- Нет, я сегодня гораздо раньше вышла. А ты откуда знаешь, что я – не сорока несусветная?
- Да уж знаю, - помолчал чуть и продолжил: - Давно заметил, что ты, чаще всего, серьёзна и задумчива. Это от чего? От жизни в детдоме, или характер такой?
- Всё вместе, хотя иногда хочется и подурачиться, и посмеяться. Я же в детдоме с семи лет, когда мама захворала и умерла. А отца я совсем не знала – он с войны не вернулся, а я в ноябре 41-го родилась, - как-то откровенно проговорила Даша.
За тополями, что вокруг школьного двора, повернули чуть правее, к виадуку, что пересекает многочисленные железнодорожные пути сразу за зданием вокзала, и остановились не нём ненадолго.
- Люблю смотреть сверху на всё это, - я показал рукой на стоящие, прибывающие и убывающие составы, вокзал и перрон ещё самой первой постройки, многочисленные семафоры, стрелочные посты, путейские кладовки, багажное отделение, локомотивное депо поодаль и другие строения крупного железнодорожного узла, коим являлась станция Тайшет с приходом сюда в конце прошлого века «железки».
- Тогда тебе нужно поступать в железнодорожный институт, - чуть помедлив, серьёзно проговорила Даша, не отрывая взгляда от этой панорамы. – Сколько лет ходила по этому виадуку – и, ведь, ни единожды не удосужилась постоять здесь и посмотреть на всё это. А, ведь – интересно, здесь своя, живая жизнь. Какой же ты молодец-то – открыл мне глаза на совсем неожиданное.

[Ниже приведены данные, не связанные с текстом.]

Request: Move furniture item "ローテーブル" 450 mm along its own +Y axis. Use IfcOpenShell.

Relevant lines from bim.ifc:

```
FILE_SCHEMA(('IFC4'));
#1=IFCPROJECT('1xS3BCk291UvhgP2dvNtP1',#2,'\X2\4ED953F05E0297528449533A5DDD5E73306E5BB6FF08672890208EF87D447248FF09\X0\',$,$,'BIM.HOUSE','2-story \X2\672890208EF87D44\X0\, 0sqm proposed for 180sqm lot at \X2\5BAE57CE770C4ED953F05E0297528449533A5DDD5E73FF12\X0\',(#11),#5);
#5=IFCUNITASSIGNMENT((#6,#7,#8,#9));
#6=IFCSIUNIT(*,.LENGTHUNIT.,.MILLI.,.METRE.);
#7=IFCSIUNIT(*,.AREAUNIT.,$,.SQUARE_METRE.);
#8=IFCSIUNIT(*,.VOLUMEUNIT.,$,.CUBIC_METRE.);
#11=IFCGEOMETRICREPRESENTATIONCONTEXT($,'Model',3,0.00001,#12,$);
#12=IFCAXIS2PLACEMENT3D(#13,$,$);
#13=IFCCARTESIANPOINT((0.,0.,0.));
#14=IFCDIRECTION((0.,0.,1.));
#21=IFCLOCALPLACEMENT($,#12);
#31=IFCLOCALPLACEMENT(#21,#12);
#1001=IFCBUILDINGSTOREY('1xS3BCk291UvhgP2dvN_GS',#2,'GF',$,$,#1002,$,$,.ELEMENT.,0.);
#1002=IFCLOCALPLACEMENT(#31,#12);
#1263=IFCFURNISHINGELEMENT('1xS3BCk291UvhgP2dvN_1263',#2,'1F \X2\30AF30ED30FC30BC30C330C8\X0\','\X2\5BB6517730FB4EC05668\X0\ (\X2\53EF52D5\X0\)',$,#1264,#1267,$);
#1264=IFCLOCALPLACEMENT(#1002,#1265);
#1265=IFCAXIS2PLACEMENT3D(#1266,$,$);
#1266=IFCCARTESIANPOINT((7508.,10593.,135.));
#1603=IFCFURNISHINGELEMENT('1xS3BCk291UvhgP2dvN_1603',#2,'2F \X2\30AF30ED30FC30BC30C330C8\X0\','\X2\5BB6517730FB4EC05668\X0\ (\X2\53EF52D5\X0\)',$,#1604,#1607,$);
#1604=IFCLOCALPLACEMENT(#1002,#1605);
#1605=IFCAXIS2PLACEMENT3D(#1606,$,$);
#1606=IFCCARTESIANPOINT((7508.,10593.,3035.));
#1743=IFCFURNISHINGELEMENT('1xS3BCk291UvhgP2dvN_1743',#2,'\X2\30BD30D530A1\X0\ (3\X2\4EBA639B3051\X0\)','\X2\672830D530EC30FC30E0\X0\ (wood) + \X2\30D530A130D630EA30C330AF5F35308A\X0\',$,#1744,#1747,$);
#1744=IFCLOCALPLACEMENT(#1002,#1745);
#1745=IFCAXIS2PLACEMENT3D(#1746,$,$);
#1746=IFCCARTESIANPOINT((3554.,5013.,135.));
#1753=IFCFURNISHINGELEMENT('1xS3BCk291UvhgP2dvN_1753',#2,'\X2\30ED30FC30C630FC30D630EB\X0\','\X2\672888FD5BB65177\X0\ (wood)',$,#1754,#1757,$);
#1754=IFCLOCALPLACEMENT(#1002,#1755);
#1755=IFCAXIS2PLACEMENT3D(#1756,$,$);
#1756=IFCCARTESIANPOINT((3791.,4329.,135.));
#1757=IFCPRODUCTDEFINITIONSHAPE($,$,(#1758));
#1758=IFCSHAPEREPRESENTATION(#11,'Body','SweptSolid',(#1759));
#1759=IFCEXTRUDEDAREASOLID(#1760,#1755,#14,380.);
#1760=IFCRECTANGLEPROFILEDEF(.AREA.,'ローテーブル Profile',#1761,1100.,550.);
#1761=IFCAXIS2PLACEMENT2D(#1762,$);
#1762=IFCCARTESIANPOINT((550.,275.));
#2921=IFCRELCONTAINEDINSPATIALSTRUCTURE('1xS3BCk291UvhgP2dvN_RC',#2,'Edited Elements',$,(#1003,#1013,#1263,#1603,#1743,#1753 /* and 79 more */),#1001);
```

```python
import ifcopenshell
import ifcopenshell.api.geometry
import ifcopenshell.util.placement

model = ifcopenshell.open("bim.ifc")

item = model.by_guid("1xS3BCk291UvhgP2dvN_1753")
matrix = ifcopenshell.util.placement.get_local_placement(item.ObjectPlacement)
matrix[:3, 3] += matrix[:3, 1] * 450.0
ifcopenshell.api.geometry.edit_object_placement(model, product=item, matrix=matrix, is_si=False)

print(ifcopenshell.util.placement.get_local_placement(item.ObjectPlacement).round(3) + 0.0)

model.write("bim_edited.ifc")
```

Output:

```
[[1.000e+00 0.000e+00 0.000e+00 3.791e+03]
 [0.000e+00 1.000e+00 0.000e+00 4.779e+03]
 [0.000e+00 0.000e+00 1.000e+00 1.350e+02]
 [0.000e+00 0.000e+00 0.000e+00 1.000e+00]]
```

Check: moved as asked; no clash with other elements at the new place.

- Это у меня ещё с Иланска, когда я там учился в пятом и восьмом классе. Там такой же виадук, и я любил осенью и весной туда часто приходить постоять, подумать или помечтать о чём-либо, - отвечаю ей, втайне радуясь её откровенному «молодец».

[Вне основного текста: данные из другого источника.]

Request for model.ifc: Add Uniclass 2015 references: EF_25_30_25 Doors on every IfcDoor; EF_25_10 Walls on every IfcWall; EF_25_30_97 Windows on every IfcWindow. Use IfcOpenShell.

First a look at what the model holds.

```python
import ifcopenshell

model = ifcopenshell.open("model.ifc")
print(model.schema)
print("classifications:", [c.Name for c in model.by_type("IfcClassification")])
for ifc_class in ("IfcDoor", "IfcRoof", "IfcStair", "IfcWall", "IfcWindow"):
    print(ifc_class, len(model.by_type(ifc_class)))
```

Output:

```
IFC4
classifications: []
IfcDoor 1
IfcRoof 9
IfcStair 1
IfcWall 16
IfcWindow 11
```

```python
import ifcopenshell
import ifcopenshell.api.classification

model = ifcopenshell.open("model.ifc")

system = ifcopenshell.api.classification.add_classification(model, classification="Uniclass 2015")

codes = {
    "IfcDoor": ("EF_25_30_25", "Doors"),
    "IfcWall": ("EF_25_10", "Walls"),
    "IfcWindow": ("EF_25_30_97", "Windows"),
}
for ifc_class, (code, name) in codes.items():
    products = model.by_type(ifc_class)
    ifcopenshell.api.classification.add_reference(
        model, products=products, classification=system, identification=code, name=name
    )
    print(code, len(products))

model.write("model-out.ifc")
```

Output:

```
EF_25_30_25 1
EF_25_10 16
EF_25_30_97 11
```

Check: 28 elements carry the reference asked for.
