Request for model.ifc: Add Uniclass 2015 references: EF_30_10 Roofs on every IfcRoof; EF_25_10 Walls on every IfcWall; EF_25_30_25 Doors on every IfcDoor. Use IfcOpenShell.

First a look at what the model holds.

```python
import ifcopenshell

model = ifcopenshell.open("model.ifc")
print(model.schema)
print("classifications:", [c.Name for c in model.by_type("IfcClassification")])
for ifc_class in ("IfcDoor", "IfcRoof", "IfcStair", "IfcWall", "IfcWindow"):
    print(ifc_class, len(model.by_type(ifc_class)))
```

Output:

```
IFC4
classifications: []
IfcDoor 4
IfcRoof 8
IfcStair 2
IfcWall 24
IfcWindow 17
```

```python
import ifcopenshell
import ifcopenshell.api.classification

model = ifcopenshell.open("model.ifc")

system = ifcopenshell.api.classification.add_classification(model, classification="Uniclass 2015")

codes = {
    "IfcRoof": ("EF_30_10", "Roofs"),
    "IfcWall": ("EF_25_10", "Walls"),
    "IfcDoor": ("EF_25_30_25", "Doors"),
}
for ifc_class, (code, name) in codes.items():
    products = model.by_type(ifc_class)
    ifcopenshell.api.classification.add_reference(
        model, products=products, classification=system, identification=code, name=name
    )
    print(code, len(products))

model.write("model_edited.ifc")
```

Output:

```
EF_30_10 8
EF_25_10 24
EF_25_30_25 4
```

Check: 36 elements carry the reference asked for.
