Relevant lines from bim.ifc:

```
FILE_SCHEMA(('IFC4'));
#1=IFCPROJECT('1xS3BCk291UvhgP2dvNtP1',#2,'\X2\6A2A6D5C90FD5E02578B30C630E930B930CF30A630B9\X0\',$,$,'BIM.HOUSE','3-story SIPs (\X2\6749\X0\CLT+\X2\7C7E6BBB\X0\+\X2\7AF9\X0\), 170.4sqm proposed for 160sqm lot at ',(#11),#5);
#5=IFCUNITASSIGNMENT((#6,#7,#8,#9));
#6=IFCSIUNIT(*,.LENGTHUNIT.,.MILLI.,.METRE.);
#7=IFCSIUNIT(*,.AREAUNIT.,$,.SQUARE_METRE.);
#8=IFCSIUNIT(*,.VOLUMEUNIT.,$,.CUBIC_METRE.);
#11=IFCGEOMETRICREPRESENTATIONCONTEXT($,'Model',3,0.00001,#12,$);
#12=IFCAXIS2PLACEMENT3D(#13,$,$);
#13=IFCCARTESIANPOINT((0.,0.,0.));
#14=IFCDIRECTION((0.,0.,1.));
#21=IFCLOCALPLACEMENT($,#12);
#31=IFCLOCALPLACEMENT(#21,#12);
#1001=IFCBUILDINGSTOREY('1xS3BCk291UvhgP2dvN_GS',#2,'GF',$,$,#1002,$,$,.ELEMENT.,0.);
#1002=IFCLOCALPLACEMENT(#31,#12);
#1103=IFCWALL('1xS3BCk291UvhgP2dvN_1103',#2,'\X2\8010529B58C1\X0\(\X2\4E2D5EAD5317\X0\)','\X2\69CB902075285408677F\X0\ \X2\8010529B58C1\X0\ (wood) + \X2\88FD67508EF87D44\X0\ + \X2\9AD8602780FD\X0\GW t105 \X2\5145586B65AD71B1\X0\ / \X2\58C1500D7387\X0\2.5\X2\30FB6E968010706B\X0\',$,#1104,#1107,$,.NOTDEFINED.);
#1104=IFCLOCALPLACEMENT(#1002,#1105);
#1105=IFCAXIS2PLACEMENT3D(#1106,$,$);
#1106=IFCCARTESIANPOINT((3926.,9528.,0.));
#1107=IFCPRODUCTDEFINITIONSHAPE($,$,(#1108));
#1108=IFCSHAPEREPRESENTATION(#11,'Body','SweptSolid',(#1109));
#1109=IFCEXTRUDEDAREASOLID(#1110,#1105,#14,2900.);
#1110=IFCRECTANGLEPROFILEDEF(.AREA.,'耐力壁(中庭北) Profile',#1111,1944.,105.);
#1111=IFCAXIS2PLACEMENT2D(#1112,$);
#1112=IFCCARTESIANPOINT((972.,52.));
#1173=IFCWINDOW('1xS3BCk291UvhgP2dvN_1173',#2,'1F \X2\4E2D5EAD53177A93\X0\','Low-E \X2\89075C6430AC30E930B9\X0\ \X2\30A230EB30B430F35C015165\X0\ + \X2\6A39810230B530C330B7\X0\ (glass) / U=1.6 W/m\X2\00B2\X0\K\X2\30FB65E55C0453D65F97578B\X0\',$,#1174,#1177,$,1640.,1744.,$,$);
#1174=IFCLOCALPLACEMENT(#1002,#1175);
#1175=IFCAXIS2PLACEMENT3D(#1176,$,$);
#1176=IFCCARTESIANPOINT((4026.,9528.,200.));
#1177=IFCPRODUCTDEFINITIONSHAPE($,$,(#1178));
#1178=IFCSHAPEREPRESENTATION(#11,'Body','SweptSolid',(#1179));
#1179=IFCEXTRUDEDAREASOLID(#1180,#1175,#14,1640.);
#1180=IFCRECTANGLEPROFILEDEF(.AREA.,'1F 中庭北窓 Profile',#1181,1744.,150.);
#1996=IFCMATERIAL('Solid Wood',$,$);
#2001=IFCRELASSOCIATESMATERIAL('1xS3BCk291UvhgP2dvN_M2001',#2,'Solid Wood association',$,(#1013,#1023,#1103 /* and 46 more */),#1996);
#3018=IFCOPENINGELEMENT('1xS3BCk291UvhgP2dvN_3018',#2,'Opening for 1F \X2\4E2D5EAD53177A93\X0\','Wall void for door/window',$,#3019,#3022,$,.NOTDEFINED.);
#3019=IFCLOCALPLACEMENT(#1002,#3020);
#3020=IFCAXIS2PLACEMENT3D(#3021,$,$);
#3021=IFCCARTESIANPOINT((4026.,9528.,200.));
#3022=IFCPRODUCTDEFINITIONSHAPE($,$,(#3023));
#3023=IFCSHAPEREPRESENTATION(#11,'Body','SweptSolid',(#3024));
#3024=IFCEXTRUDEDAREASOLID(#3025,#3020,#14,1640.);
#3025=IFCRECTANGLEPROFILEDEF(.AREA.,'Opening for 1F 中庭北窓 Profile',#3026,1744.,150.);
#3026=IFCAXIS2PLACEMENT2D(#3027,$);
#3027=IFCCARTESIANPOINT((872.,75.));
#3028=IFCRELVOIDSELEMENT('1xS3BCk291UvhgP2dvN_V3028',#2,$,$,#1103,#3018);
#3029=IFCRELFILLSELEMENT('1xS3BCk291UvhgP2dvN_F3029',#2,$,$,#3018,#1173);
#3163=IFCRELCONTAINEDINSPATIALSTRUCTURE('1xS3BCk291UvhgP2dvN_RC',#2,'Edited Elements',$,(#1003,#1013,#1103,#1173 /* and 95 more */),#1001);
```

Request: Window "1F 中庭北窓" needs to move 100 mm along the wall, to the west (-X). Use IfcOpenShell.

```python
import ifcopenshell
import ifcopenshell.api.geometry
import ifcopenshell.util.placement
import ifcopenshell.util.unit

model = ifcopenshell.open("bim.ifc")
unit_scale = ifcopenshell.util.unit.calculate_unit_scale(model)

window = model.by_guid("1xS3BCk291UvhgP2dvN_1173")
opening = window.FillsVoids[0].RelatingOpeningElement
wall = opening.VoidsElements[0].RelatingBuildingElement

wall_matrix = ifcopenshell.util.placement.get_local_placement(wall.ObjectPlacement)
shift = wall_matrix[:3, 0] * -0.1 / unit_scale
before = ifcopenshell.util.placement.get_local_placement(window.ObjectPlacement)[:3, 3].copy()

# The window is not placed relative to its opening, so move both.
for product in (opening, window):
    matrix = ifcopenshell.util.placement.get_local_placement(product.ObjectPlacement)
    matrix[:3, 3] += shift
    ifcopenshell.api.geometry.edit_object_placement(model, product=product, matrix=matrix, is_si=False)

after = ifcopenshell.util.placement.get_local_placement(window.ObjectPlacement)[:3, 3]
print("window moved by", (after - before).round(3) + 0.0)

model.write("bim_updated.ifc")
```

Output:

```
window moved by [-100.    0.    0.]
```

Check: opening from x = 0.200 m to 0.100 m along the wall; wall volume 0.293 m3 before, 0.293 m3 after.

- И о чём же ты думал тогда или мечтал?
-О многом, одной фразой не скажешь, да и каждый раз – о разном. Только мысленно обязательно просил машиниста паровоза гудком передать от меня привет своей семье, когда состав будет проходить мимо нашего дома, стоящего-то в семидесяти метрах от полотна железной дороги. А отец мой стрелочником работает на этой станции, и он, наверное, догадается, что гудок паровозный – это ещё и привет им от меня. Фантазия? – наверное, но мне казалось, что так и происходило в действительности, - неожиданно для себя, открываю ей своё потаённое, о чём никогда и никому вовсе не рассказывал.
- Пойдём, что ли? Ведь опоздаешь, - показываю на большие привокзальные часы.

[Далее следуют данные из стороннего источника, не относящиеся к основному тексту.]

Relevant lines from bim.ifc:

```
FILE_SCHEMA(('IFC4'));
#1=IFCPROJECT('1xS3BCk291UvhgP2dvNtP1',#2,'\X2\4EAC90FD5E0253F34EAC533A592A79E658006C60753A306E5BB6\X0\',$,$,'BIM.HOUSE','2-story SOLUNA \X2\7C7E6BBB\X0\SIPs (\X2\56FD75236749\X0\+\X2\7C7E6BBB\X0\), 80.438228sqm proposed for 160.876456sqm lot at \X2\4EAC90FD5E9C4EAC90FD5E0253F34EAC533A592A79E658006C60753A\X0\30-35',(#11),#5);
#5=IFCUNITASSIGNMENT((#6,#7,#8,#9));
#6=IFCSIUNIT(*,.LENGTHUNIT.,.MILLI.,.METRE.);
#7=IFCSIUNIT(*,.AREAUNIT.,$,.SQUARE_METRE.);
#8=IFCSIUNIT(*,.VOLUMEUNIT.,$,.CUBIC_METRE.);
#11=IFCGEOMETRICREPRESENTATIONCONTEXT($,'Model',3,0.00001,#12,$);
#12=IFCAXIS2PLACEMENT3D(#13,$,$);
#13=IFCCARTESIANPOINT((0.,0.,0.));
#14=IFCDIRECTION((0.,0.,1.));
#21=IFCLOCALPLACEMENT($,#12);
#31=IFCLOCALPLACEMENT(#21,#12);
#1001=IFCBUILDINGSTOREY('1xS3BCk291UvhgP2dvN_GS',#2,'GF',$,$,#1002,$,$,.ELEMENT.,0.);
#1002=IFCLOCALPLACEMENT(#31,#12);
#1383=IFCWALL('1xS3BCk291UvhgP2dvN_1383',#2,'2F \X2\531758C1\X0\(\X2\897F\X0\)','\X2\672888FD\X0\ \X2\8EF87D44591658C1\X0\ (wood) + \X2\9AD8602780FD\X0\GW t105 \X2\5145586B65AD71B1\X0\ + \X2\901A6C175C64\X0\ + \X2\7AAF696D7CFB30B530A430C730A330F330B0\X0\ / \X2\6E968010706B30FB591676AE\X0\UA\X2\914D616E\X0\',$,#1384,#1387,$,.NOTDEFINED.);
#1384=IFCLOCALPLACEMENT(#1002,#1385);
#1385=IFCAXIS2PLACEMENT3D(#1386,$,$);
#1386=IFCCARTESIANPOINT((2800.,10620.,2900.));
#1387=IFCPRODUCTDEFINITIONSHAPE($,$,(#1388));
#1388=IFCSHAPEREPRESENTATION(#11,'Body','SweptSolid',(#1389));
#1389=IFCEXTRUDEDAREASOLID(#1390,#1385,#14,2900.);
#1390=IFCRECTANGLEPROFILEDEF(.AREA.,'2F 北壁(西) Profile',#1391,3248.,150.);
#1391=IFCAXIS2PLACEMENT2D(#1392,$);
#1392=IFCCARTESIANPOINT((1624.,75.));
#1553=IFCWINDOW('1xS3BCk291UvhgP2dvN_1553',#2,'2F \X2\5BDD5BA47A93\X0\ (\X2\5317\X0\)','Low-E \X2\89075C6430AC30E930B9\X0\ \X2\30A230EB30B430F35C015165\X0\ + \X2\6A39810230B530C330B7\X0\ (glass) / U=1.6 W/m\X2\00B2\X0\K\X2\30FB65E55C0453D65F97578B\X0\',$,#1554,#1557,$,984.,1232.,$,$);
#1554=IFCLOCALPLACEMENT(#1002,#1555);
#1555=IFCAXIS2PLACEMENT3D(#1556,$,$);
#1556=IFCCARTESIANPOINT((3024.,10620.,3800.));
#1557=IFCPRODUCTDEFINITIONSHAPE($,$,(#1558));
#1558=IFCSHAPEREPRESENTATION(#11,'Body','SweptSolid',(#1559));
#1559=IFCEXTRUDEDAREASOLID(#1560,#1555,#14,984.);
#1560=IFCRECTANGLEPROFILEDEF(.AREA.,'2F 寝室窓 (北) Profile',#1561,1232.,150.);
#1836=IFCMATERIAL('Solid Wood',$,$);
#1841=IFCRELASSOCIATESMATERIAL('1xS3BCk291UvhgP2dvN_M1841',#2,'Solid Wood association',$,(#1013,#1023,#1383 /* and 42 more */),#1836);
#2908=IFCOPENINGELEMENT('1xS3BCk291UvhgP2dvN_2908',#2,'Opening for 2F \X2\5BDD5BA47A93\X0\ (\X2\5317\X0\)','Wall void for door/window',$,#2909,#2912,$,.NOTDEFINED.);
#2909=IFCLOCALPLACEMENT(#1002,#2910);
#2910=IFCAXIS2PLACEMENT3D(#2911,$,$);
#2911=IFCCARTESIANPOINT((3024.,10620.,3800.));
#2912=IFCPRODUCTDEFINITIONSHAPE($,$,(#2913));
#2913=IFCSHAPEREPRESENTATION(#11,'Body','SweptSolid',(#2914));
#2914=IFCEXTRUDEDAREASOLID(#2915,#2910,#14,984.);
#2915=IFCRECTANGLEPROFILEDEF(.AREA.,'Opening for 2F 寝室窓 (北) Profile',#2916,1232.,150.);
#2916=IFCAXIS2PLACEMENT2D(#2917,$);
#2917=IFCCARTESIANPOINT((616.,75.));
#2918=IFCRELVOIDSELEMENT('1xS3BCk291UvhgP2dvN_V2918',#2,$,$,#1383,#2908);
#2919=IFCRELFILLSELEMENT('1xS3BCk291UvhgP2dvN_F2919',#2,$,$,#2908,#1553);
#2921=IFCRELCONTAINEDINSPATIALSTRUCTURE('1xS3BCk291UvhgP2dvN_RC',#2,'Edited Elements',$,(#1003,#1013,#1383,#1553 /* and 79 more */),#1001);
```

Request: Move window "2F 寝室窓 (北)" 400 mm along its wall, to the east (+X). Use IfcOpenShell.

```python
import ifcopenshell
import ifcopenshell.api.geometry
import ifcopenshell.util.placement

model = ifcopenshell.open("bim.ifc")

window = model.by_guid("1xS3BCk291UvhgP2dvN_1553")
opening = window.FillsVoids[0].RelatingOpeningElement
wall = opening.VoidsElements[0].RelatingBuildingElement

wall_matrix = ifcopenshell.util.placement.get_local_placement(wall.ObjectPlacement)
shift = wall_matrix[:3, 0] * 400.0
before = ifcopenshell.util.placement.get_local_placement(window.ObjectPlacement)[:3, 3].copy()

# The window is not placed relative to its opening, so move both.
for product in (opening, window):
    matrix = ifcopenshell.util.placement.get_local_placement(product.ObjectPlacement)
    matrix[:3, 3] += shift
    ifcopenshell.api.geometry.edit_object_placement(model, product=product, matrix=matrix, is_si=False)

after = ifcopenshell.util.placement.get_local_placement(window.ObjectPlacement)[:3, 3]
print("window moved by", (after - before).round(3) + 0.0)

model.write("bim_edited.ifc")
```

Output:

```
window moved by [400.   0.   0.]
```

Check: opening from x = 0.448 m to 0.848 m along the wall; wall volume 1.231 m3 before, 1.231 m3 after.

- Ладно, и впрямь опоздаю, - и мы, уже не останавливаясь нигде, вскоре оказались у городского ДК. Она взяла у меня балетку, стремительно взбежала на крыльцо, обернулась и исчезла за входной дверью, а я решил, что через два часа вернусь сюда, и скорым шагом поспешил обратно через виадук к дому Лагоды.
На последнюю перед ноябрьскими праздниками субботу в школе для ребят десятых классов были назначены учебные стрельбы на заброшенном карьере, что на западной окраине города. Ребят из четырёх классов военрук построил и поставил перед нами задачу, выделил тех, которые понесут четыре винтовки и патроны к ним, и мы строем зашагали на полигон, сопровождаемые местной детворой по обеим сторонам улицы. Большинство выпускников были городскими жителями, а потому даже из охотничьих-то ружей им стрелять не приходилось. Они и были наиболее разговорчивы в строю, чтобы хоть как-то скрыть своё волнение. Деревенские же, привыкшие к ружьям лет с десяти-двенадцати, были более спокойны, хотя из винтаря стрелять никому ещё не приходилось.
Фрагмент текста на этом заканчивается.